**WHAT IS EXPECTED:** Take the material below and output exactly the run of lines from the one containing "#69=IFCINDEXEDPOLYGONALFACE((12,42,40,14));" down to the one containing "#97=IFCINDEXEDPOLYGONALFACE((40,42,68,64));", with both included.

**PROVIDED RECORDS:**
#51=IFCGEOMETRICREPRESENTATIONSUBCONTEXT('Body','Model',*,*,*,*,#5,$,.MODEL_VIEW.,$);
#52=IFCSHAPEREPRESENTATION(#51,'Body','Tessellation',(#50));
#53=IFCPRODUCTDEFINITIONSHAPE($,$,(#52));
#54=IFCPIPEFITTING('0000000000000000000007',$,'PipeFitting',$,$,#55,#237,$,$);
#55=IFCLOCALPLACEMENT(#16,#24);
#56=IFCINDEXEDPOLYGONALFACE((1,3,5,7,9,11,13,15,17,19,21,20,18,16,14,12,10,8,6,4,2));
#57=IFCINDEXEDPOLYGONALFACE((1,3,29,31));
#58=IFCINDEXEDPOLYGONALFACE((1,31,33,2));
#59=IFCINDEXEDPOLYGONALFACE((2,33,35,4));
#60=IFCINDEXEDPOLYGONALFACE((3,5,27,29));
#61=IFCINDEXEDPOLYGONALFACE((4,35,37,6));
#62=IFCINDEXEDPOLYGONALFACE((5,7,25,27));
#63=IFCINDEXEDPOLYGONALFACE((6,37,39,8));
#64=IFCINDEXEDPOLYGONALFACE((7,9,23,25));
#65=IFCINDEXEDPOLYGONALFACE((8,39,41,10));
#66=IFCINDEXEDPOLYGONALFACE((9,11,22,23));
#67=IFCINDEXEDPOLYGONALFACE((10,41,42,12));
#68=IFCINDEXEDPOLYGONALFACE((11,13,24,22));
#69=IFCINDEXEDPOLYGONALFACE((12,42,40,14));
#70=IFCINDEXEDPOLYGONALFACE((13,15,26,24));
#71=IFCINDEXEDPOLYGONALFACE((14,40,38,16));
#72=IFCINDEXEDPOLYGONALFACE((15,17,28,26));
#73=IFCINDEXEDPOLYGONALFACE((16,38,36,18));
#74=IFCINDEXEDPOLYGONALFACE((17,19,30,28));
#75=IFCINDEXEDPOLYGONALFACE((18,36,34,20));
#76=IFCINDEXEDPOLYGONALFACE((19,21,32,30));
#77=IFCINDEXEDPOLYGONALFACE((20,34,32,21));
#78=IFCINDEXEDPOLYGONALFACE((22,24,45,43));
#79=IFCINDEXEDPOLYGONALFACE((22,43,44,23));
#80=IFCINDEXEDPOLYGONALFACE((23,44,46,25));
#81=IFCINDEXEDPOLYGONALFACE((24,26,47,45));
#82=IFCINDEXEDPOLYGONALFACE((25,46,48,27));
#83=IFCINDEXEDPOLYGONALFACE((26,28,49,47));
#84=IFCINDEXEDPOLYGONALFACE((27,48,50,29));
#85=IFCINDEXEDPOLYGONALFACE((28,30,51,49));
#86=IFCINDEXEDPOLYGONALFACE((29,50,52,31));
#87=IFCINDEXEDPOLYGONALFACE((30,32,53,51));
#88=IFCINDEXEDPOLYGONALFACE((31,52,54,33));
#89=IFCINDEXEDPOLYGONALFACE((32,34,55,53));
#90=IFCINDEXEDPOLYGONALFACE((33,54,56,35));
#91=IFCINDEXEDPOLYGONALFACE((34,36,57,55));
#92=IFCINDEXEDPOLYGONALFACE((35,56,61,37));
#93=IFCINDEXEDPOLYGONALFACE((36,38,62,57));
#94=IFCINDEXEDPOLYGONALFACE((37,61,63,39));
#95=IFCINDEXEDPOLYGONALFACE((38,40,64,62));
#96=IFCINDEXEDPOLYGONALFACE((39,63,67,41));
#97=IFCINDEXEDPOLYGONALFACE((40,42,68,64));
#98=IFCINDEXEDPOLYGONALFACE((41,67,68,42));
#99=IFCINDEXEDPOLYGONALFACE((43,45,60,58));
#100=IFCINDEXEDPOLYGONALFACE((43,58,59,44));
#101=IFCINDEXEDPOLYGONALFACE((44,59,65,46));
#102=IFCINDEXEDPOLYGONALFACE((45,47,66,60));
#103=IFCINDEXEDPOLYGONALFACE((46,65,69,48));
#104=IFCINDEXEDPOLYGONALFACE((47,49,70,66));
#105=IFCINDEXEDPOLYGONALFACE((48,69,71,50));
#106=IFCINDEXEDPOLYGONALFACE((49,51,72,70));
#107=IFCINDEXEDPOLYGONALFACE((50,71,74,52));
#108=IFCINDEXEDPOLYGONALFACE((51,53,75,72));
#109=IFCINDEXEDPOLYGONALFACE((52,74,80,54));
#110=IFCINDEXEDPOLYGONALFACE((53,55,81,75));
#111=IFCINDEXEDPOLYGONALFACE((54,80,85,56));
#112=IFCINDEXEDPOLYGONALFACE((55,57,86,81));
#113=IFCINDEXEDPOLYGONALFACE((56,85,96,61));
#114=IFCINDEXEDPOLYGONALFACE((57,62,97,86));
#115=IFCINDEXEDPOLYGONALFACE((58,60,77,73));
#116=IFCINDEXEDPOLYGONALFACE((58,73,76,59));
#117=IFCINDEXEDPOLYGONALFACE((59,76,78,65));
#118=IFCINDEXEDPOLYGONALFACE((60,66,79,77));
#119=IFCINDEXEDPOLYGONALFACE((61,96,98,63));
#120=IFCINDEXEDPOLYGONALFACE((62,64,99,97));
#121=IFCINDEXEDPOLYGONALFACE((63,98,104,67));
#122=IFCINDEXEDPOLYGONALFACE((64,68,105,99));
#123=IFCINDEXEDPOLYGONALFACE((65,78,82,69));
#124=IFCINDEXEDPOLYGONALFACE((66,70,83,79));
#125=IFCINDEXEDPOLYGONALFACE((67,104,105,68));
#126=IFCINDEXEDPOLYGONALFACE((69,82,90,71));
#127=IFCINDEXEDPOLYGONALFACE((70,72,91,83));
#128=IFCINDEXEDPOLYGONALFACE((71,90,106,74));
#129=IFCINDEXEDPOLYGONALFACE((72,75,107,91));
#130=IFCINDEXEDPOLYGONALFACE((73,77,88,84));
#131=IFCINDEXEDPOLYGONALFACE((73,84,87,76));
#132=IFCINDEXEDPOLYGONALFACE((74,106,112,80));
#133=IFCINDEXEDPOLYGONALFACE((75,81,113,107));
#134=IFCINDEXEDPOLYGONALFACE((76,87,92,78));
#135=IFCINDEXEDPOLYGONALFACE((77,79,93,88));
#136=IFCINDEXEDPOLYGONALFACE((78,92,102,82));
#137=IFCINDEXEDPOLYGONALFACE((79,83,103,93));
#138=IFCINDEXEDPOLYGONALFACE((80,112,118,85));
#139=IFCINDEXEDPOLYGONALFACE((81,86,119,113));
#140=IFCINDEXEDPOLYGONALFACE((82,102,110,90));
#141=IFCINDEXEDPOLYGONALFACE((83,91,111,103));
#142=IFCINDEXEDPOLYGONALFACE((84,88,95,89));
---
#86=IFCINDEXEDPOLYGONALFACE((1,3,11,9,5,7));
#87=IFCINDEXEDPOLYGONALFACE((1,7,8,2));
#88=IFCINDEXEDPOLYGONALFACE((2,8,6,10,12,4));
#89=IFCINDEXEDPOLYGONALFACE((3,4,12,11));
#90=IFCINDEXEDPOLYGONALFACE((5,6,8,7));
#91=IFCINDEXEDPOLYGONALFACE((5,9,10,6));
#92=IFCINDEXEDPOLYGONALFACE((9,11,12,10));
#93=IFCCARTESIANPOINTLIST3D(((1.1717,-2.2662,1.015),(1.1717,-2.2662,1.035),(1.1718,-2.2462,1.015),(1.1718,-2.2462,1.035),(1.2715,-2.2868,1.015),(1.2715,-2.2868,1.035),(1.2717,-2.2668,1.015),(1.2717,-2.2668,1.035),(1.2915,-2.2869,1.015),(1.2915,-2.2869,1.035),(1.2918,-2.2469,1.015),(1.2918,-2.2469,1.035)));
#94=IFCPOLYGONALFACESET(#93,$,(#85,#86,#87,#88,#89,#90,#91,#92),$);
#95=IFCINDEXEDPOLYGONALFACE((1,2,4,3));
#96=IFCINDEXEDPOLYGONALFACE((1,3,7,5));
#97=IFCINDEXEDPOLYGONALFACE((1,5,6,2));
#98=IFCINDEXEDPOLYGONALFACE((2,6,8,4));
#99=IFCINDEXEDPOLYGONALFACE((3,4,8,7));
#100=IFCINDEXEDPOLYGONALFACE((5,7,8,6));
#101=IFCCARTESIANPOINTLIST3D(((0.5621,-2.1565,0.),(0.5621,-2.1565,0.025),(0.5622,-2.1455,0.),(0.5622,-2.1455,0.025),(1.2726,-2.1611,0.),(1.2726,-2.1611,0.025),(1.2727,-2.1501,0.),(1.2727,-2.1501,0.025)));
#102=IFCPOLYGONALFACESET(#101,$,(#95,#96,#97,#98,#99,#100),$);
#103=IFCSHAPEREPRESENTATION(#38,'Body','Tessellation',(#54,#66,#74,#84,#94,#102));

**WRITTEN ANSWER:**
#69=IFCINDEXEDPOLYGONALFACE((12,42,40,14));
#70=IFCINDEXEDPOLYGONALFACE((13,15,26,24));
#71=IFCINDEXEDPOLYGONALFACE((14,40,38,16));
#72=IFCINDEXEDPOLYGONALFACE((15,17,28,26));
#73=IFCINDEXEDPOLYGONALFACE((16,38,36,18));
#74=IFCINDEXEDPOLYGONALFACE((17,19,30,28));
#75=IFCINDEXEDPOLYGONALFACE((18,36,34,20));
#76=IFCINDEXEDPOLYGONALFACE((19,21,32,30));
#77=IFCINDEXEDPOLYGONALFACE((20,34,32,21));
#78=IFCINDEXEDPOLYGONALFACE((22,24,45,43));
#79=IFCINDEXEDPOLYGONALFACE((22,43,44,23));
#80=IFCINDEXEDPOLYGONALFACE((23,44,46,25));
#81=IFCINDEXEDPOLYGONALFACE((24,26,47,45));
#82=IFCINDEXEDPOLYGONALFACE((25,46,48,27));
#83=IFCINDEXEDPOLYGONALFACE((26,28,49,47));
#84=IFCINDEXEDPOLYGONALFACE((27,48,50,29));
#85=IFCINDEXEDPOLYGONALFACE((28,30,51,49));
#86=IFCINDEXEDPOLYGONALFACE((29,50,52,31));
#87=IFCINDEXEDPOLYGONALFACE((30,32,53,51));
#88=IFCINDEXEDPOLYGONALFACE((31,52,54,33));
#89=IFCINDEXEDPOLYGONALFACE((32,34,55,53));
#90=IFCINDEXEDPOLYGONALFACE((33,54,56,35));
#91=IFCINDEXEDPOLYGONALFACE((34,36,57,55));
#92=IFCINDEXEDPOLYGONALFACE((35,56,61,37));
#93=IFCINDEXEDPOLYGONALFACE((36,38,62,57));
#94=IFCINDEXEDPOLYGONALFACE((37,61,63,39));
#95=IFCINDEXEDPOLYGONALFACE((38,40,64,62));
#96=IFCINDEXEDPOLYGONALFACE((39,63,67,41));
#97=IFCINDEXEDPOLYGONALFACE((40,42,68,64));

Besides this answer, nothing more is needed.